Ich und du, wir sind so arm
Wie die Kirchenmäuschen,
Unser ist kein Eigentum
Als ein Knusperhäuschen.

Ich und du, wir sind so reich,
Das ist gar nicht schicklich,
Denn wir sind so unverschämt
übermenschlich glücklich …

Das war nun alles vorbei, alles!

Klopfenden Herzens, mit bangem Angstgefühl stieg ich die zwei Treppen zu meinem armen Freundes Wohnung empor. Das schrillen der Flurglocke ließ mich nervös zusammenzucken.

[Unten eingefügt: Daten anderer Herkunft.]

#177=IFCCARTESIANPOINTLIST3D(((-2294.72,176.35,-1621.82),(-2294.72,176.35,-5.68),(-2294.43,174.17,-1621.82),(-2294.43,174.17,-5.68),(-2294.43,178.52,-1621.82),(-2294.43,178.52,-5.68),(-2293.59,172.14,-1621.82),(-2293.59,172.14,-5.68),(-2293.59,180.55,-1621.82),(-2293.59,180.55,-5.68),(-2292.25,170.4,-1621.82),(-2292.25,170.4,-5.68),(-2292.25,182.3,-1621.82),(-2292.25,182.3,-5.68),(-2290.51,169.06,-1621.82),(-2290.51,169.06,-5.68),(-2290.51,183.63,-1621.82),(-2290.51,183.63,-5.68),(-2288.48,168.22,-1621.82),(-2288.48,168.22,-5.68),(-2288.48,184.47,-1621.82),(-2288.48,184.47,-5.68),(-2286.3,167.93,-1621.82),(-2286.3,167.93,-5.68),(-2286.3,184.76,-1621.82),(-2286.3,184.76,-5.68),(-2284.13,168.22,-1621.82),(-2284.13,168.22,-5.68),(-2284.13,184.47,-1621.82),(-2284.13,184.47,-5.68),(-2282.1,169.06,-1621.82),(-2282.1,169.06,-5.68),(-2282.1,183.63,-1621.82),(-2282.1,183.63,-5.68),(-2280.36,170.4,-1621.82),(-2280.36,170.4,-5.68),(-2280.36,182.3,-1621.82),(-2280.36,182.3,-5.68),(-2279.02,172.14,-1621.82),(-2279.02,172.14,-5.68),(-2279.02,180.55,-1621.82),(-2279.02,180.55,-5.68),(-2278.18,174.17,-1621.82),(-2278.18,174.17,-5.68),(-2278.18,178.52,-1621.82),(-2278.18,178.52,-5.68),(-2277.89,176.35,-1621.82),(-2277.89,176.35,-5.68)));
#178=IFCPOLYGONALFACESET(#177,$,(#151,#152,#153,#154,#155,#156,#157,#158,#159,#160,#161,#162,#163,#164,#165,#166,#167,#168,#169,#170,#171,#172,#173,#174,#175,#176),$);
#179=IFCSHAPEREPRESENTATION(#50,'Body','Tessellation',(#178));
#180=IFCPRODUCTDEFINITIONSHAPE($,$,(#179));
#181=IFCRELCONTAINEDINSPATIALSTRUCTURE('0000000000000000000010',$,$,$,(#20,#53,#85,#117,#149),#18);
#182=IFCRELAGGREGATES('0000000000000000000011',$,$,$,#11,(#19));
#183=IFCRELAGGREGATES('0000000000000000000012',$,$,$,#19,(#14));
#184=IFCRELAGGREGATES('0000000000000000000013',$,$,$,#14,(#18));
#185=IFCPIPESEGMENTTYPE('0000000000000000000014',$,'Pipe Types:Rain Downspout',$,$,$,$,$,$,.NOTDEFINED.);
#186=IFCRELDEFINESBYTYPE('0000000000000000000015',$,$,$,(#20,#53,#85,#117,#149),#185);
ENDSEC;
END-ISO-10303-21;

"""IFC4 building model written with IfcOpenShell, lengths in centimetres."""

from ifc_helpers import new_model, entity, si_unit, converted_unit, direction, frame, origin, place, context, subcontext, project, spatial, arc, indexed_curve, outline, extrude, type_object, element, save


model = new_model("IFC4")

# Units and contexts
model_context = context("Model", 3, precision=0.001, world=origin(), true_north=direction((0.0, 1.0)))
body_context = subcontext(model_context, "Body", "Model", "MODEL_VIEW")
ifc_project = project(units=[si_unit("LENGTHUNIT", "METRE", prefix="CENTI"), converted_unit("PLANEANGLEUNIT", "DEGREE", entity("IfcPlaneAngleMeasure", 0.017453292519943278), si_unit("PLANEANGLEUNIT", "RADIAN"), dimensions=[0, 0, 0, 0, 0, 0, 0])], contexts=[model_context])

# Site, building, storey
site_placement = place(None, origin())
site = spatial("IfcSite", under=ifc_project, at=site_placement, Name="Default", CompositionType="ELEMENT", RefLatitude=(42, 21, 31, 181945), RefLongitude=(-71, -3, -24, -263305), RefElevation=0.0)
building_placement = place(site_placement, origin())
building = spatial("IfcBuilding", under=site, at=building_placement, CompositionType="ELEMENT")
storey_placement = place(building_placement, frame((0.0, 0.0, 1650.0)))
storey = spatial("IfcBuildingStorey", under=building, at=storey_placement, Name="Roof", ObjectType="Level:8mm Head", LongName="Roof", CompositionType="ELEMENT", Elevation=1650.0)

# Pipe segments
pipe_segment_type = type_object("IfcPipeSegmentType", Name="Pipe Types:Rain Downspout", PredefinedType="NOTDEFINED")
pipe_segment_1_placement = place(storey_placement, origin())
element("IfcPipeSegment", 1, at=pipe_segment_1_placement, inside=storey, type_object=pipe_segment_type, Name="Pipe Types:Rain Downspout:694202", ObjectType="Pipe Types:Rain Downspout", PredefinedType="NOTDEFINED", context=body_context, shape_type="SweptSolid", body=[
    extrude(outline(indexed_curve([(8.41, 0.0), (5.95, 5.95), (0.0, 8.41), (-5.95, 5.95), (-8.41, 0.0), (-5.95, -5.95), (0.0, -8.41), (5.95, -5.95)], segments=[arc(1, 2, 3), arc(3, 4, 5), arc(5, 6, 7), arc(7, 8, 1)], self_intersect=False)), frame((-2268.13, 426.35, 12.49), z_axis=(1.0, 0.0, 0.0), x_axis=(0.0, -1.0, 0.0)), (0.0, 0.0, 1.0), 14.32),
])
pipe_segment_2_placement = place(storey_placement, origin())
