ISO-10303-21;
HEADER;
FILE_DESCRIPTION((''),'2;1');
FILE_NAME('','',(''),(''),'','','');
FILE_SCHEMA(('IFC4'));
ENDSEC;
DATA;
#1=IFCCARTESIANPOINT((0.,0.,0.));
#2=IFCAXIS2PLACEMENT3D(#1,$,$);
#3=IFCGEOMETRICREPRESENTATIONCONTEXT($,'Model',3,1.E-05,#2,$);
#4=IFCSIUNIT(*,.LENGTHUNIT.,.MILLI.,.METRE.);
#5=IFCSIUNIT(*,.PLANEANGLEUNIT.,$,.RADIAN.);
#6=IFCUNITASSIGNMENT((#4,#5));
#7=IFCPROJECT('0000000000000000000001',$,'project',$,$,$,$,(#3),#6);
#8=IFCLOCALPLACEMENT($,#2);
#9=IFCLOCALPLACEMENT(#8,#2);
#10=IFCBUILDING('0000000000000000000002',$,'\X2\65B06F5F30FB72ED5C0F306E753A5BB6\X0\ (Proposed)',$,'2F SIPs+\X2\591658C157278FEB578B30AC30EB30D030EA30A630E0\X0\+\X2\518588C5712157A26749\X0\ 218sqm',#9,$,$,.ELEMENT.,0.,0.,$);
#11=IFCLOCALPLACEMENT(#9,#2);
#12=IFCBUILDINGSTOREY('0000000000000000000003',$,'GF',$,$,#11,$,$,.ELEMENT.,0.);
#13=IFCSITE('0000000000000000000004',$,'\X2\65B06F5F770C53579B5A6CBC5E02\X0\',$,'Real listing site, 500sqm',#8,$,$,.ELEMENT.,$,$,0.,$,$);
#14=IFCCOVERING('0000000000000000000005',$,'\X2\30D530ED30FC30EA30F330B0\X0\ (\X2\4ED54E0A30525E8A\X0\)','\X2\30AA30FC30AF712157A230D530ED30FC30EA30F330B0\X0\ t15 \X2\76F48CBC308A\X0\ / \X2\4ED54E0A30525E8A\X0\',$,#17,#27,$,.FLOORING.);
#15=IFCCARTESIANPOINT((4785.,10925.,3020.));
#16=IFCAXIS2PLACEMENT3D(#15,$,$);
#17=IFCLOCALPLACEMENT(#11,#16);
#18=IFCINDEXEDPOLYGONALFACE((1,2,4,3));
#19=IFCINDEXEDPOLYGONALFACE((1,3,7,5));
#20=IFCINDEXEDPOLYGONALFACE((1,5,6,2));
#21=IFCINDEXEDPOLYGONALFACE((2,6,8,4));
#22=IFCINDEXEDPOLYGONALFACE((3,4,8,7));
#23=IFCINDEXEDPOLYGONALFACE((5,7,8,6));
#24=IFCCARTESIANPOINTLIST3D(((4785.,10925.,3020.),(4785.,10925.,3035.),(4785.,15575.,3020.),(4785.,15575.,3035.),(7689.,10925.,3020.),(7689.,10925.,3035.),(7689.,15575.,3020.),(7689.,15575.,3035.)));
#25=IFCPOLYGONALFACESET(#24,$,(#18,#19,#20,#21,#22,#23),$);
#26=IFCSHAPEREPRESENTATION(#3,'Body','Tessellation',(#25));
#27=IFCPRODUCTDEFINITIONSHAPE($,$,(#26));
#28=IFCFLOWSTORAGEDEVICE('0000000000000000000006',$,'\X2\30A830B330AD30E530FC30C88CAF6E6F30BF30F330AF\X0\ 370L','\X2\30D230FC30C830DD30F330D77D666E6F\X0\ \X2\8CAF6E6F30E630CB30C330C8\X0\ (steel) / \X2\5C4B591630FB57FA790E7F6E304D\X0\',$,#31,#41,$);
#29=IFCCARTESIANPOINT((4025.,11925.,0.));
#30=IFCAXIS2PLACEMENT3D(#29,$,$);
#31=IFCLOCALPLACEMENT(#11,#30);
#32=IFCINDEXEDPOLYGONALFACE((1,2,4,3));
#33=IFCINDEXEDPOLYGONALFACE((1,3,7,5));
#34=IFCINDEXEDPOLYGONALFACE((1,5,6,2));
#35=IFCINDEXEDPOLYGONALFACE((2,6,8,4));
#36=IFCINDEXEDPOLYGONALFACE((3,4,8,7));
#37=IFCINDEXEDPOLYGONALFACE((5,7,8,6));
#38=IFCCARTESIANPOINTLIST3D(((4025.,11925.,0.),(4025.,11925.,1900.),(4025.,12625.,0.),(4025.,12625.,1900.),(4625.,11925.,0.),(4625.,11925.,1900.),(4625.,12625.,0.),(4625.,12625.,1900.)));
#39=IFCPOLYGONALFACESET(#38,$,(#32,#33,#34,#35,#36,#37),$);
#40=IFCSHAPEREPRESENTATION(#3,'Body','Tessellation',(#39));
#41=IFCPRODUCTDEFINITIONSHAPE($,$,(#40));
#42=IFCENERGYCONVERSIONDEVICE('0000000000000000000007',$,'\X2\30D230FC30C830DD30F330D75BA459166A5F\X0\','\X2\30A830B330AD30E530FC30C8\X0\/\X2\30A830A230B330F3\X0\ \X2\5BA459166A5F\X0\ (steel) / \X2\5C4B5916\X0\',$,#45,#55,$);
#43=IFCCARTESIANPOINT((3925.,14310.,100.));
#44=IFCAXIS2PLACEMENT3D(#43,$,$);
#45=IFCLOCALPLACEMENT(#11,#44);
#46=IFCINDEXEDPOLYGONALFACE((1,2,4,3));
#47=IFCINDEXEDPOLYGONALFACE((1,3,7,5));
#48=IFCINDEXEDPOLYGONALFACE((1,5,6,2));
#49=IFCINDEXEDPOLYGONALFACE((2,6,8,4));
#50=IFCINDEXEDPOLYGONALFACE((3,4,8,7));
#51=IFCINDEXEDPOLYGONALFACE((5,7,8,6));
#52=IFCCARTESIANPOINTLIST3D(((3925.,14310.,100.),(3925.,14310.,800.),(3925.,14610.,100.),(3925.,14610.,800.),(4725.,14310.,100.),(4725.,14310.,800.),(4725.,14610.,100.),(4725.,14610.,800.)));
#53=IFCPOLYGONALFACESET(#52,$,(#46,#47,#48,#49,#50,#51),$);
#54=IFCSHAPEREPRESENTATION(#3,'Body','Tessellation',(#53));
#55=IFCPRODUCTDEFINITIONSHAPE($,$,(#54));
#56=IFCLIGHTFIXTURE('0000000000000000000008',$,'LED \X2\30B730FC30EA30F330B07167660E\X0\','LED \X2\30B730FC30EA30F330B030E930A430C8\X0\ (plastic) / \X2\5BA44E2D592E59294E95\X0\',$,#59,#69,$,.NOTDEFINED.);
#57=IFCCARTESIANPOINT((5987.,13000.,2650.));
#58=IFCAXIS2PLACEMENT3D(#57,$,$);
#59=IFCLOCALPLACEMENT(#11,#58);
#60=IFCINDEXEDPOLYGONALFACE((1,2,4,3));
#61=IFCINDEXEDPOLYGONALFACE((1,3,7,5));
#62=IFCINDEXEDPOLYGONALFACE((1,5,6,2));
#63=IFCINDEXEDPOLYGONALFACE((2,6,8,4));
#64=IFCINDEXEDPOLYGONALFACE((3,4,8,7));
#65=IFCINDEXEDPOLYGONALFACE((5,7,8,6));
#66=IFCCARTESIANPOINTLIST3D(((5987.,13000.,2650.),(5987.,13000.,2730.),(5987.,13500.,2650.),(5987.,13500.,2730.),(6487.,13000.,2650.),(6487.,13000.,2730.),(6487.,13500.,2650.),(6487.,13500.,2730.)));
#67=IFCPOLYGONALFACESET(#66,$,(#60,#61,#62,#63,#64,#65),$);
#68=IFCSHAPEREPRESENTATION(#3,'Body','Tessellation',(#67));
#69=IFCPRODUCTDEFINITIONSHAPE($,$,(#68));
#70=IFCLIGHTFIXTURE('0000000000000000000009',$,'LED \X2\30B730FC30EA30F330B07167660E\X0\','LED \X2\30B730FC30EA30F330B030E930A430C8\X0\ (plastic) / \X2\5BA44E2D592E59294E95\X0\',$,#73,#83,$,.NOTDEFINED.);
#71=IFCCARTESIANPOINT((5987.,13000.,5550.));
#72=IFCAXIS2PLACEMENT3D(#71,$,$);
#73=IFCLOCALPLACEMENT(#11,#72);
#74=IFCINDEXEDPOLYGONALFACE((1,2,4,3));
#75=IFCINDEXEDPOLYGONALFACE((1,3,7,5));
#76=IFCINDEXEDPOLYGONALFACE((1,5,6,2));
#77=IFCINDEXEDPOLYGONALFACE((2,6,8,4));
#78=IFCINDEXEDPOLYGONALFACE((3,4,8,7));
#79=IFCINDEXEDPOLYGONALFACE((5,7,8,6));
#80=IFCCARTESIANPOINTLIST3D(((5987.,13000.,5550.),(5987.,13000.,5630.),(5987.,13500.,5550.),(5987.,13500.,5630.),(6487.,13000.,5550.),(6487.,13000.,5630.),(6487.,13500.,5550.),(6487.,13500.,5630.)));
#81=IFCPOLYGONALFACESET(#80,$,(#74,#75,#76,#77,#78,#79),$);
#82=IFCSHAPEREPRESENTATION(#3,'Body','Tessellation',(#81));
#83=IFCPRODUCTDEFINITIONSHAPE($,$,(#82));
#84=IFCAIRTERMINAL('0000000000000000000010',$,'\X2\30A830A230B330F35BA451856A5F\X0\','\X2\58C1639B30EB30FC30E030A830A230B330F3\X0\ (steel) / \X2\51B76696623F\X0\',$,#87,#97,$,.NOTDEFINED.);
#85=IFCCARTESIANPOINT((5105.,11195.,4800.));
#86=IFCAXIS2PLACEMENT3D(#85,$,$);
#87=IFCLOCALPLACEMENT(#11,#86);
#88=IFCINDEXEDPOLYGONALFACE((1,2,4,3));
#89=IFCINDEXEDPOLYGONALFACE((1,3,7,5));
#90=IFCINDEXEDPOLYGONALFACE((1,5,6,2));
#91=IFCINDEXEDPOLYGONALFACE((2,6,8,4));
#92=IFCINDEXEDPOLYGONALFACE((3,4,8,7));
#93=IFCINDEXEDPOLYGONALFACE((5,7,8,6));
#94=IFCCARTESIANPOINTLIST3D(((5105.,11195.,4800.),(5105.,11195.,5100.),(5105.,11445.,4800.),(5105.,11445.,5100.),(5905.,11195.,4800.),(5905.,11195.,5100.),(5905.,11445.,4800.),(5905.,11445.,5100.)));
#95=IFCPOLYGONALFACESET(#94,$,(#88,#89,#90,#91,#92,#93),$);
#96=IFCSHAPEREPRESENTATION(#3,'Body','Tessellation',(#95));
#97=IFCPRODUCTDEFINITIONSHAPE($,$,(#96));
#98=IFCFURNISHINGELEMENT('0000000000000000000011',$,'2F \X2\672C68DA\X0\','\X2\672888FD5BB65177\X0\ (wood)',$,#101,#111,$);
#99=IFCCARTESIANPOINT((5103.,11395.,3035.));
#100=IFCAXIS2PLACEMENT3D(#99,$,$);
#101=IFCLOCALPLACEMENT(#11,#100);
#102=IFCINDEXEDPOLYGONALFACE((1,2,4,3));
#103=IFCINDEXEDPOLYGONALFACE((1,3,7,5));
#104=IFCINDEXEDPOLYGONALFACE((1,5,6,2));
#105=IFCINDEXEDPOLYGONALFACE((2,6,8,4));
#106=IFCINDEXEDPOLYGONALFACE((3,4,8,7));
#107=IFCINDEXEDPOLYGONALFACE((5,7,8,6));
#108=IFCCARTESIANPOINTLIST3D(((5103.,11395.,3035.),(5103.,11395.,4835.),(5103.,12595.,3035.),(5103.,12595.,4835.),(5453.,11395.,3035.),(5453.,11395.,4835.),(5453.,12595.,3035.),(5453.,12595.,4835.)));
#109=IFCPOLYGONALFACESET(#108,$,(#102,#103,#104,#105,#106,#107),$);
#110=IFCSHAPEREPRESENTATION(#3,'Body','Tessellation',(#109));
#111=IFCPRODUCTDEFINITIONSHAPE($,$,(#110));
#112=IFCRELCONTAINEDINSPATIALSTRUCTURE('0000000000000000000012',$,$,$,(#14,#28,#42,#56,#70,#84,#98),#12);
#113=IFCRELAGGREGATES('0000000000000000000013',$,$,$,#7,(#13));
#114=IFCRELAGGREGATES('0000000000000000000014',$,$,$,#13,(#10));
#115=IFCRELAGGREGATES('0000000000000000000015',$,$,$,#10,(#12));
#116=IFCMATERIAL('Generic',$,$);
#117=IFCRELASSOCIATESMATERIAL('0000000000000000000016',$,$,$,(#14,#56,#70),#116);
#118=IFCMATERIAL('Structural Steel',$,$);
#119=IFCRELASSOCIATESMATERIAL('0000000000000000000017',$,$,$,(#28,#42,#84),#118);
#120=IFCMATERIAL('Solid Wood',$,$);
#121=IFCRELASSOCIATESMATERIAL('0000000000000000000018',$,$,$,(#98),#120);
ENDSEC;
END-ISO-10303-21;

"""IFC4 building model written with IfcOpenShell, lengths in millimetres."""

from ifc_helpers import new_model, si_unit, frame, frame_2d, origin, place, context, project, spatial, rectangle, extrude, material, element, save


model = new_model("IFC4")

# Units and contexts
model_context = context("Model", 3, precision=1e-05, world=origin())
ifc_project = project(units=[si_unit("LENGTHUNIT", "METRE", prefix="MILLI"), si_unit("PLANEANGLEUNIT", "RADIAN")], contexts=[model_context])

# Site, building, storey
site_placement = place(None, origin())
site = spatial("IfcSite", under=ifc_project, at=site_placement, Name="新潟県南魚沼市", ObjectType="Real listing site, 500sqm", CompositionType="ELEMENT", RefElevation=0.0)
building_placement = place(site_placement, origin())
building = spatial("IfcBuilding", under=site, at=building_placement, Name="新潟・狭小の町家 (Proposed)", ObjectType="2F SIPs+外壁圧迫型ガルバリウム+内装無垢杉 218sqm", CompositionType="ELEMENT", ElevationOfRefHeight=0.0, ElevationOfTerrain=0.0)
storey_placement = place(building_placement, origin())
storey = spatial("IfcBuildingStorey", under=building, at=storey_placement, Name="GF", CompositionType="ELEMENT", Elevation=0.0)

# Shared definitions
ifc_material_1 = material(Name="Solid Wood")

# Shared definitions
ifc_material_2 = material(Name="Structural Steel")

# Covering
ifc_material_3 = material(Name="Generic")
covering_1_placement = place(storey_placement, frame((4785.0, 10925.0, 3020.0)))
element("IfcCovering", 1, at=covering_1_placement, inside=storey, material=ifc_material_3, Name="フローリング (仕上げ床)", Description="オーク無垢フローリング t15 直貼り / 仕上げ床", PredefinedType="FLOORING", context=model_context, shape_type="SweptSolid", body=[
    extrude(rectangle(XDim=2904.0, YDim=4650.0, at=frame_2d((1452.0, 2325.0))), frame((4785.0, 10925.0, 3020.0)), (0.0, 0.0, 1.0), 15.0),
])

# Flow storage device
flow_storage_device_placement = place(storey_placement, frame((4025.0, 11925.0, 0.0)))
element("IfcFlowStorageDevice", 2, at=flow_storage_device_placement, inside=storey, material=ifc_material_2, Name="エコキュート貯湯タンク 370L", Description="ヒートポンプ給湯 貯湯ユニット (steel) / 屋外・基礎置き", context=model_context, shape_type="SweptSolid", body=[
    extrude(rectangle(XDim=600.0, YDim=700.0, at=frame_2d((300.0, 350.0))), frame((4025.0, 11925.0, 0.0)), (0.0, 0.0, 1.0), 1900.0),
])

# Energy conversion device
energy_conversion_device_placement = place(storey_placement, frame((3925.0, 14310.0, 100.0)))
element("IfcEnergyConversionDevice", 3, at=energy_conversion_device_placement, inside=storey, material=ifc_material_2, Name="ヒートポンプ室外機", Description="エコキュート/エアコン 室外機 (steel) / 屋外", context=model_context, shape_type="SweptSolid", body=[
    extrude(rectangle(XDim=800.0, YDim=300.0, at=frame_2d((400.0, 150.0))), frame((3925.0, 14310.0, 100.0)), (0.0, 0.0, 1.0), 700.0),
])

# Light fixtures
light_fixture_1_placement = place(storey_placement, frame((5987.0, 13000.0, 2650.0)))
element("IfcLightFixture", 4, at=light_fixture_1_placement, inside=storey, material=ifc_material_3, Name="LED シーリング照明", Description="LED シーリングライト (plastic) / 室中央天井", PredefinedType="NOTDEFINED", context=model_context, shape_type="SweptSolid", body=[
    extrude(rectangle(XDim=500.0, YDim=500.0, at=frame_2d((250.0, 250.0))), frame((5987.0, 13000.0, 2650.0)), (0.0, 0.0, 1.0), 80.0),
])
light_fixture_2_placement = place(storey_placement, frame((5987.0, 13000.0, 5550.0)))
element("IfcLightFixture", 5, at=light_fixture_2_placement, inside=storey, material=ifc_material_3, Name="LED シーリング照明", Description="LED シーリングライト (plastic) / 室中央天井", PredefinedType="NOTDEFINED", context=model_context, shape_type="SweptSolid", body=[
    extrude(rectangle(XDim=500.0, YDim=500.0, at=frame_2d((250.0, 250.0))), frame((5987.0, 13000.0, 5550.0)), (0.0, 0.0, 1.0), 80.0),
])

# Air terminal
air_terminal_placement = place(storey_placement, frame((5105.0, 11195.0, 4800.0)))
element("IfcAirTerminal", 6, at=air_terminal_placement, inside=storey, material=ifc_material_2, Name="エアコン室内機", Description="壁掛ルームエアコン (steel) / 冷暖房", PredefinedType="NOTDEFINED", context=model_context, shape_type="SweptSolid", body=[
    extrude(rectangle(XDim=800.0, YDim=250.0, at=frame_2d((400.0, 125.0))), frame((5105.0, 11195.0, 4800.0)), (0.0, 0.0, 1.0), 300.0),
])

Das Mädchen öffnete. Es hatte verweinte Augen. Und bei meinem Anblick begann sie wieder leise zu schluchzen.

Wer hatte Ellinor wohl nicht geliebt!

Erich war gefaßter, als ich gedacht hatte. Nur in seinen Augen lag ein Ausdruck, daß sich mir die Kehle zusammenschnürte in wildem Weh. Dann sprach er von den letzten Tagen, dem furchtbaren Todeskampf. Sie hatte ja nicht sterben wollen, hatte sich an den alten Sanitätsrat angeklammert und keuchend immer wieder gefleht: „Retten Sie mich, retten Sie mich doch! Wir sind ja so glücklich!“

Und als Erich diese Worte mir kaum vernehmlich wiederholte, da habe ich mich in die Ecke des hohen Paneelsofas geworfen und geweint, herzzerbrechend geweint.

Empfohlene Zitierweise:
Walther Kabel: Die Aschenurne. In: Bibliothek der Unterhaltung und des Wissens, Jahrgang 1911, Bd. 8, S. 180–188. Union Deutsche Verlagsgesellschaft, Stuttgart, Berlin, Leipzig 1911, Seite 182. Digitale Volltext-Ausgabe bei Wikisource, URL: https://de.wikisource.org/w/index.php?title=Seite:Die_Aschenurne.pdf/4&oldid=- (Version vom 31.7.2018)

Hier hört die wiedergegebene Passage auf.